## Activity
Whenever a line in the entries includes the word "IFCRELVOIDSELEMENT", copy that line out.

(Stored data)

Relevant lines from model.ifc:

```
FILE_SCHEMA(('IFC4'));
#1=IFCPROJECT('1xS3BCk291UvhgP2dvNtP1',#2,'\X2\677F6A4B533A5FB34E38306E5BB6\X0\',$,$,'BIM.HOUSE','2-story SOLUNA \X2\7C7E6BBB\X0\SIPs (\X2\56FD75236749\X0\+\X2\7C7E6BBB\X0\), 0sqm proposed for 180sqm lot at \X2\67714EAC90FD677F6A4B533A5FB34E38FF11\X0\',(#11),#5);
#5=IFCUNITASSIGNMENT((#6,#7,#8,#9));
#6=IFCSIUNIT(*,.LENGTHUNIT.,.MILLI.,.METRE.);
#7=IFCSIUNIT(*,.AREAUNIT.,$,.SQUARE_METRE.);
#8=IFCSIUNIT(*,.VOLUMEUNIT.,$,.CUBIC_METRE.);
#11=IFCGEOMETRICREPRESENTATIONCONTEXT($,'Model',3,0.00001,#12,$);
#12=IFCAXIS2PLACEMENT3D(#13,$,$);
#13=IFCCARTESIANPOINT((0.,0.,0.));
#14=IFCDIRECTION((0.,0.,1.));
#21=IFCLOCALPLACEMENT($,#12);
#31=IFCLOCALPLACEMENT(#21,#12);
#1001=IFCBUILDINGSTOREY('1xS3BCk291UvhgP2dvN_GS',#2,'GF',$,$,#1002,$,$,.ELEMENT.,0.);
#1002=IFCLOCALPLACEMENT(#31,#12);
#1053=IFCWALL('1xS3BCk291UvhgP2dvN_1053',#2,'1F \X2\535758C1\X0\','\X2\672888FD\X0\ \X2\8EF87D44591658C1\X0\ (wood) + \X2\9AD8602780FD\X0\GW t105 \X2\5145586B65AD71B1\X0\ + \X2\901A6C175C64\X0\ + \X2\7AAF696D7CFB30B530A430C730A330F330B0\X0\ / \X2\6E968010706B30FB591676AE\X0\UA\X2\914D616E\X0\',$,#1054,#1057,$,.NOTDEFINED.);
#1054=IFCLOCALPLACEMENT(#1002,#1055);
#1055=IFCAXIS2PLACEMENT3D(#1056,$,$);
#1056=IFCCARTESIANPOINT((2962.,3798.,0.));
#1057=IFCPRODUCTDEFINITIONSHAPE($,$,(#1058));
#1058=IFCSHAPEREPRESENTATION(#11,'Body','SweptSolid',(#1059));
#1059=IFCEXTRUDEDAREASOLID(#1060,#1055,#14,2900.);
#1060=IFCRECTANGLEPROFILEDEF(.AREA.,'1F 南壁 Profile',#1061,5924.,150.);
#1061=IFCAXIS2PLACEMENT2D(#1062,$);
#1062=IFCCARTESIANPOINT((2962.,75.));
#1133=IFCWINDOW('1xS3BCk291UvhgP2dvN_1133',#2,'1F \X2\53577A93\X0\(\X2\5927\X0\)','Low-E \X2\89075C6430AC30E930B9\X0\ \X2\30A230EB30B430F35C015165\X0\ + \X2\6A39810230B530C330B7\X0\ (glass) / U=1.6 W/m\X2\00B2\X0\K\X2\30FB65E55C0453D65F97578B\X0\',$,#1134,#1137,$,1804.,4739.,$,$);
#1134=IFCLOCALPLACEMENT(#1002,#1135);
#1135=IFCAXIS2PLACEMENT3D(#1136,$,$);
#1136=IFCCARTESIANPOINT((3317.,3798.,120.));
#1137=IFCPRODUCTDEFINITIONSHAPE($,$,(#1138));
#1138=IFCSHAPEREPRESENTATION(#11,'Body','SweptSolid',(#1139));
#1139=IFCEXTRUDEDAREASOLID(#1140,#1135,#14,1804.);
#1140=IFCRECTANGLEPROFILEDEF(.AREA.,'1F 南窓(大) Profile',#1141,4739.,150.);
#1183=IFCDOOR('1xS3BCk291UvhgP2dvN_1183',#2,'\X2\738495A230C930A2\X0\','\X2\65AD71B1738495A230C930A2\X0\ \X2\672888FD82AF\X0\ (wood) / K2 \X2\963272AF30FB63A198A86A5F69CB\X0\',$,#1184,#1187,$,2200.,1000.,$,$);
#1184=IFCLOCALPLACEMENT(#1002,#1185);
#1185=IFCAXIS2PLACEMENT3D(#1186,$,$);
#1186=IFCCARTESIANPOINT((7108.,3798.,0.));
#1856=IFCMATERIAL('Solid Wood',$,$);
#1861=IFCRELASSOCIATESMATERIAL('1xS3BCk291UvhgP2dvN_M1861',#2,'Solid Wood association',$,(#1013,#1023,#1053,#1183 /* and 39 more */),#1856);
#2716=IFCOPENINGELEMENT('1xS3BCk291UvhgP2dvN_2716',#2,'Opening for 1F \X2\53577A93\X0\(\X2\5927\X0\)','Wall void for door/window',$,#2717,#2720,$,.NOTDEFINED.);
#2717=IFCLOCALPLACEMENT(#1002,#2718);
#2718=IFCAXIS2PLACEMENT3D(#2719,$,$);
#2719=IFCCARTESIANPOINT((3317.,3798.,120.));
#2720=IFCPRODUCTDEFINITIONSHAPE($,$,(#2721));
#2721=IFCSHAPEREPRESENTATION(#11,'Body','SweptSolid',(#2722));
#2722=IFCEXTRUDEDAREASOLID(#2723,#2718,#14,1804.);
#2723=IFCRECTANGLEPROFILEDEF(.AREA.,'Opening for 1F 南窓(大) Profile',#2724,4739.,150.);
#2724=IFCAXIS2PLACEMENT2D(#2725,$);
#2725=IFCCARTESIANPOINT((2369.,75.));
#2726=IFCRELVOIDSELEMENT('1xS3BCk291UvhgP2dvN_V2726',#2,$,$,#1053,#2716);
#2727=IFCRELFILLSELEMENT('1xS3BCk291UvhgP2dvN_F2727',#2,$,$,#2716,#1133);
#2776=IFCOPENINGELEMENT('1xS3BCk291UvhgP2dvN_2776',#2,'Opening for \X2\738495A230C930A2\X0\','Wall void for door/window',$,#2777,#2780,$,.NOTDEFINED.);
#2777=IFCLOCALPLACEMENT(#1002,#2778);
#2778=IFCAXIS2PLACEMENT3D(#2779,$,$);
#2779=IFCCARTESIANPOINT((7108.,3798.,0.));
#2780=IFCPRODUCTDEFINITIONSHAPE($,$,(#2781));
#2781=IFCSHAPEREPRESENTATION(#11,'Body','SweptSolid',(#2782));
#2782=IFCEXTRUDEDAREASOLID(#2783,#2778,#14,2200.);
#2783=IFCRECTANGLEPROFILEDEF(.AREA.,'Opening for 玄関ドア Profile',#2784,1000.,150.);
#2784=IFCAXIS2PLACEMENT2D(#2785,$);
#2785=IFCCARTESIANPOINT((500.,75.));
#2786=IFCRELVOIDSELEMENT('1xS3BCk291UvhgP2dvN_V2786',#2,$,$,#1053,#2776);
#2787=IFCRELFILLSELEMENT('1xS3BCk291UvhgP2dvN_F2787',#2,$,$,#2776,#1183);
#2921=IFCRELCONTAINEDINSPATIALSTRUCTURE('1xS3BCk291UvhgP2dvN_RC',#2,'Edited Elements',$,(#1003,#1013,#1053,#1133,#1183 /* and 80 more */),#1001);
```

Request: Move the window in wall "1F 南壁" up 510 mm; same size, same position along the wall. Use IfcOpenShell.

```python
import numpy as np
import ifcopenshell
import ifcopenshell.api.geometry
import ifcopenshell.util.placement
import ifcopenshell.util.unit

model = ifcopenshell.open("model.ifc")
unit_scale = ifcopenshell.util.unit.calculate_unit_scale(model)

window = model.by_guid("1xS3BCk291UvhgP2dvN_1133")
opening = window.FillsVoids[0].RelatingOpeningElement
dz = 510.0

shift = np.array([0.0, 0.0, dz])
# The window is not placed relative to its opening, so move both.
for product in (opening, window):
    matrix = ifcopenshell.util.placement.get_local_placement(product.ObjectPlacement)
    matrix[:3, 3] += shift
    ifcopenshell.api.geometry.edit_object_placement(model, product=product, matrix=matrix, is_si=False)

print(f"moved by {dz * unit_scale:+.3f} m")

model.write("model_v2.ifc")
```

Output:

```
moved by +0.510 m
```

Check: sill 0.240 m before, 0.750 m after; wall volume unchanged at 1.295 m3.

## Answer
#2726=IFCRELVOIDSELEMENT('1xS3BCk291UvhgP2dvN_V2726',#2,$,$,#1053,#2716);
#2786=IFCRELVOIDSELEMENT('1xS3BCk291UvhgP2dvN_V2786',#2,$,$,#1053,#2776);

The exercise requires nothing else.